Local

Name

SinceVersion dev

local

Description

Local table-valued-function(tvf), allows users to read and access local file contents on be node, just like accessing relational table. Currently supports csv/csv_with_names/csv_with_names_and_types/json/parquet/orc file format.

It needs ADMIN privilege to use.

syntax

  1. local(
  2. "file_path" = "path/to/file.txt",
  3. "backend_id" = "be_id",
  4. "format" = "csv",
  5. "keyn" = "valuen"
  6. ...
  7. );

parameter description

Related parameters for accessing local file on be node:

  • file_path:

    (required) The path of the file to be read, which is a relative path to the user_files_secure_path directory, where user_files_secure_path parameter can be configured on be.

    Can not contains .. in path. Support using glob syntax to match multi files, such as log/*.log

  • backend_id:

    (required) The backend id where the file resides. The backend_id can be obtained by show backends command.

File format parameters:

  • format: (required) Currently support csv/csv_with_names/csv_with_names_and_types/json/parquet/orc

  • column_separator: (optional) default ,.
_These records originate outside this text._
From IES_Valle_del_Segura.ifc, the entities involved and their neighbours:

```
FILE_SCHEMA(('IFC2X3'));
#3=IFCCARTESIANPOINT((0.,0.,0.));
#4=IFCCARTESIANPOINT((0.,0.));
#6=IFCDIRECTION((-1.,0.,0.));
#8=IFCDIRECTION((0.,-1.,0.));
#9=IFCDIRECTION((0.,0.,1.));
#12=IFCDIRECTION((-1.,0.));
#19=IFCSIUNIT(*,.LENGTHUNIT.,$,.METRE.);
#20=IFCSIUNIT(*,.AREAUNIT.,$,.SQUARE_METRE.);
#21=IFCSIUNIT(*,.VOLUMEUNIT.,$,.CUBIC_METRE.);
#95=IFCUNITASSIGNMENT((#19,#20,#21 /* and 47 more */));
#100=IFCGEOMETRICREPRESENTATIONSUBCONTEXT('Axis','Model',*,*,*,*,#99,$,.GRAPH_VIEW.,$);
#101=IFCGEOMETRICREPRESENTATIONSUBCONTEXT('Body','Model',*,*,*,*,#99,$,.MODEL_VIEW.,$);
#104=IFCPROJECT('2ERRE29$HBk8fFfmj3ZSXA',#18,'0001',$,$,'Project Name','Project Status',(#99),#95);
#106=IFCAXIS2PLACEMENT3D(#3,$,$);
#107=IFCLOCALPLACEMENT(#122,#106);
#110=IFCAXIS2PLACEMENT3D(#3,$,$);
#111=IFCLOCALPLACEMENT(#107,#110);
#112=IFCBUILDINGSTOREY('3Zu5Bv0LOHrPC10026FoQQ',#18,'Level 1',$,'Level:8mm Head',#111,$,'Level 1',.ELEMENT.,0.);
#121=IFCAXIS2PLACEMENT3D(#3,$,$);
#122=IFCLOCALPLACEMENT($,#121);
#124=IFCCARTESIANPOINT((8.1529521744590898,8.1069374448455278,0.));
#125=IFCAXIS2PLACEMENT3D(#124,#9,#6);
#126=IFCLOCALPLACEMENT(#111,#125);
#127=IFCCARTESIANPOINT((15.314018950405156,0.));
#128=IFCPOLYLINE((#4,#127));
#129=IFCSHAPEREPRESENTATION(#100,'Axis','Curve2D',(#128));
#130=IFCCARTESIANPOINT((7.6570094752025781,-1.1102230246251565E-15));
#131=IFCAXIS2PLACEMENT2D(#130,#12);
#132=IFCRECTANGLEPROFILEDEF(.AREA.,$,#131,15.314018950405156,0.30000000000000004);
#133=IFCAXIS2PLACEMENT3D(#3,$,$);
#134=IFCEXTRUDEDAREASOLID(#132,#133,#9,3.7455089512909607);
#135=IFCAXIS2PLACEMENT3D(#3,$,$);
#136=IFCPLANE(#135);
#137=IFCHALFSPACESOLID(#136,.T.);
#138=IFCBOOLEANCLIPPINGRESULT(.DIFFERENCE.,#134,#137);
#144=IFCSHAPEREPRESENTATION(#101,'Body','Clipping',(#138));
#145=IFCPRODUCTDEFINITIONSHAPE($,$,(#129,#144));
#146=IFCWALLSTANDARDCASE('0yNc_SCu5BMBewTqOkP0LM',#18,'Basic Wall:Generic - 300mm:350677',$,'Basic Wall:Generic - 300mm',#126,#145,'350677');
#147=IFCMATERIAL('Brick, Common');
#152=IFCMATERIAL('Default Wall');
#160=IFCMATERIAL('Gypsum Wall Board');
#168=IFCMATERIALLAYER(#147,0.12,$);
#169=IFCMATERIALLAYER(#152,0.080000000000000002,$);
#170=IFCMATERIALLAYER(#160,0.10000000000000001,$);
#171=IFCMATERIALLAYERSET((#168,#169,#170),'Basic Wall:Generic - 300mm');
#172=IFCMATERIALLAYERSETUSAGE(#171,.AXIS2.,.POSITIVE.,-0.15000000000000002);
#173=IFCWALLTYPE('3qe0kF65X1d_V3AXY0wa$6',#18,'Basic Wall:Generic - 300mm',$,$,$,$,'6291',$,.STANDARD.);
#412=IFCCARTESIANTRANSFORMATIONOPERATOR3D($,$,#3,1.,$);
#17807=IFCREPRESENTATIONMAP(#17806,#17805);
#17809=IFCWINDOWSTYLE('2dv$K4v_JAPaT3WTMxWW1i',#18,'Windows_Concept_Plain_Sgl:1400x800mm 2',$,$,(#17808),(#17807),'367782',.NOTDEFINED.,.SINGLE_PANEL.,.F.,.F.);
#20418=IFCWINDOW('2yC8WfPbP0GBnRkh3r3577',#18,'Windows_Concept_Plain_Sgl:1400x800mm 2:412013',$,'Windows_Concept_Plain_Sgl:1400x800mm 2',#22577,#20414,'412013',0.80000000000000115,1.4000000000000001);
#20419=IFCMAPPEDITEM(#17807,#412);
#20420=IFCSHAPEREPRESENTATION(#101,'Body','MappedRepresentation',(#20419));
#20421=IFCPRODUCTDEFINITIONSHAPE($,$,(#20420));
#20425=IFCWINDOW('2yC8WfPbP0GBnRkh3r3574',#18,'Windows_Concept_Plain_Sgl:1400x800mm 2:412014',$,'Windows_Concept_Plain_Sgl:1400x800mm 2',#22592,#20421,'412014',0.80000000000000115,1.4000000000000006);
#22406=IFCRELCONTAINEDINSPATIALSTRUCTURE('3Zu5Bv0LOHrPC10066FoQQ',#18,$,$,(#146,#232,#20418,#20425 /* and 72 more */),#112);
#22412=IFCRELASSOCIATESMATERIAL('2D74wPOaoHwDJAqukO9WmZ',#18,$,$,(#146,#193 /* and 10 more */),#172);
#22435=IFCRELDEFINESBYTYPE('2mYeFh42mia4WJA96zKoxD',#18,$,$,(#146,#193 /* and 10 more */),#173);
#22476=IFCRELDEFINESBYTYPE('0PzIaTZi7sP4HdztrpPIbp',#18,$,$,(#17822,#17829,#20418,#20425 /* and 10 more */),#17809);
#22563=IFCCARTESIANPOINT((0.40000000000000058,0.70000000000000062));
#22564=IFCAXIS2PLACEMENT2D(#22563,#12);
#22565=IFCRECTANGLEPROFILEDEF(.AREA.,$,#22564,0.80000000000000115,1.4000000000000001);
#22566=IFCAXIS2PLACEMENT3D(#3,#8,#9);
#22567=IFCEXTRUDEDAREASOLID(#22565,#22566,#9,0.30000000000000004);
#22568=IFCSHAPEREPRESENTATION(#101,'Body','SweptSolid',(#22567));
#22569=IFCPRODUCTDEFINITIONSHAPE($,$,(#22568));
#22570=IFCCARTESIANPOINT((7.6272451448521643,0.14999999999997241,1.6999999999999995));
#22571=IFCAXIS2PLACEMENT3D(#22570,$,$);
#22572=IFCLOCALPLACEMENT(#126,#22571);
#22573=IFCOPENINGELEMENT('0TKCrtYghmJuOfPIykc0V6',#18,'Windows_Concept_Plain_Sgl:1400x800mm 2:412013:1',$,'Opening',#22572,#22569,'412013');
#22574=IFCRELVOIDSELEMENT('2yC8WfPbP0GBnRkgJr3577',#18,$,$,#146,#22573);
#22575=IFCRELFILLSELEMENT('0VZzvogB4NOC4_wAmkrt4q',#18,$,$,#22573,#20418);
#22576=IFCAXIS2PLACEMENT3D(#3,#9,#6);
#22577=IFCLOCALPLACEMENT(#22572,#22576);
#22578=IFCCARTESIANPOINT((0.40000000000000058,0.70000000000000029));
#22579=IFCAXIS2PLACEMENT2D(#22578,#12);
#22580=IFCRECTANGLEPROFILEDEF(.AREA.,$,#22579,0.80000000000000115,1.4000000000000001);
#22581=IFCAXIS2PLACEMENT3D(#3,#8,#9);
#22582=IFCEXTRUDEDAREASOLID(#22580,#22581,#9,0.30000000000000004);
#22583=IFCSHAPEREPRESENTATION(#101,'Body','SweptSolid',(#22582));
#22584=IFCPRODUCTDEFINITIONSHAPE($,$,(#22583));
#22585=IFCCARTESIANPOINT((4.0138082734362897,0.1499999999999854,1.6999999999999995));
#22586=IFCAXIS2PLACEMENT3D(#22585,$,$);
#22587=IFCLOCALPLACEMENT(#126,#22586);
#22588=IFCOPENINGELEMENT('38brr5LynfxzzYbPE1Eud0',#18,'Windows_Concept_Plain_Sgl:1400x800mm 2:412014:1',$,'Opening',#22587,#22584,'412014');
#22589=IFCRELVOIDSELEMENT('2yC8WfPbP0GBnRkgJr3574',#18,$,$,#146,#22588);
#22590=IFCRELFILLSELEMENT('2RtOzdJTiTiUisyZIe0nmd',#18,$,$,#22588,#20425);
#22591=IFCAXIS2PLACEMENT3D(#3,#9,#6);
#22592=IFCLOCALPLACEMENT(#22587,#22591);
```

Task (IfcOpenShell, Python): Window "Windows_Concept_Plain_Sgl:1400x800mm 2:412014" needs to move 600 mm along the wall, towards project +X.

```python
import ifcopenshell
import ifcopenshell.api.geometry
import ifcopenshell.util.placement
import ifcopenshell.util.unit

model = ifcopenshell.open("IES_Valle_del_Segura.ifc")
unit_scale = ifcopenshell.util.unit.calculate_unit_scale(model)

window = model.by_id(20425)
opening = window.FillsVoids[0].RelatingOpeningElement
wall = opening.VoidsElements[0].RelatingBuildingElement

wall_matrix = ifcopenshell.util.placement.get_local_placement(wall.ObjectPlacement)
shift = wall_matrix[:3, 0] * -0.6 / unit_scale
before = ifcopenshell.util.placement.get_local_placement(window.ObjectPlacement)[:3, 3].copy()

# The window is placed relative to its opening, so it follows when the opening moves.
matrix = ifcopenshell.util.placement.get_local_placement(opening.ObjectPlacement)
matrix[:3, 3] += shift
ifcopenshell.api.geometry.edit_object_placement(
    model, product=opening, matrix=matrix, is_si=False, should_transform_children=True
)

after = ifcopenshell.util.placement.get_local_placement(window.ObjectPlacement)[:3, 3]
print("window moved by", (after - before).round(3) + 0.0)

model.write("IES_Valle_del_Segura_v2.ifc")
```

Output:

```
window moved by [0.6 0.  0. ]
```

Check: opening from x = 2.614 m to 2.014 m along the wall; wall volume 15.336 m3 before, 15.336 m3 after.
  • line_delimiter: (optional) default \n.

  • compress_type: (optional) Currently support UNKNOWN/PLAIN/GZ/LZO/BZ2/LZ4FRAME/DEFLATE. Default value is UNKNOWN, it will automatically infer the type based on the suffix of uri.

    The following 6 parameters are used for loading in json format. For specific usage methods, please refer to: Json Load

  • read_json_by_line: (optional) default "true"

  • strip_outer_array: (optional) default "false"

  • json_root: (optional) default ""

  • json_paths: (optional) default ""

  • num_as_string: (optional) default false

  • fuzzy_parse: (optional) default false

    SinceVersion devThe following 2 parameters are used for loading in csv format

  • trim_double_quotes: Boolean type (optional), the default value is false. True means that the outermost double quotes of each field in the csv file are trimmed.

  • skip_lines: Integer type (optional), the default value is 0. It will skip some lines in the head of csv file. It will be disabled when the format is csv_with_names or csv_with_names_and_types.

Examples

Analyze the log file on specified BE:

  1. mysql> select * from local(
  2. "file_path" = "log/be.out",
  3. "backend_id" = "10006",
  4. "format" = "csv")
  5. where c1 like "%start_time%" limit 10;
  6. +--------------------------------------------------------+
  7. | c1 |
  8. +--------------------------------------------------------+
  9. | start time: 2023 08 07 星期一 23:20:32 CST |
  10. | start time: 2023 08 07 星期一 23:32:10 CST |
  11. | start time: 2023 08 08 星期二 00:20:50 CST |
  12. | start time: 2023 08 08 星期二 00:29:15 CST |
  13. +--------------------------------------------------------+

Read and access csv format files located at path ${DORIS_HOME}/student.csv:

  1. mysql> select * from local(
  2. "file_path" = "student.csv",
  3. "backend_id" = "10003",
  4. "format" = "csv");
  5. +------+---------+--------+
  6. | c1 | c2 | c3 |
  7. +------+---------+--------+
  8. | 1 | alice | 18 |
  9. | 2 | bob | 20 |
  10. | 3 | jack | 24 |
  11. | 4 | jackson | 19 |
  12. | 5 | liming | d18 |
  13. +------+---------+--------+

Can be used with desc function :

  1. mysql> desc function local(
  2. "file_path" = "student.csv",
  3. "backend_id" = "10003",
  4. "format" = "csv");
  5. +-------+------+------+-------+---------+-------+
  6. | Field | Type | Null | Key | Default | Extra |
  7. +-------+------+------+-------+---------+-------+
  8. | c1 | TEXT | Yes | false | NULL | NONE |
  9. | c2 | TEXT | Yes | false | NULL | NONE |
  10. | c3 | TEXT | Yes | false | NULL | NONE |
  11. +-------+------+------+-------+---------+-------+

Keywords

  1. local, table-valued-function, tvf

Best Practice

For more detailed usage of local tvf, please refer to S3 tvf, The only difference between them is the way of accessing the storage system.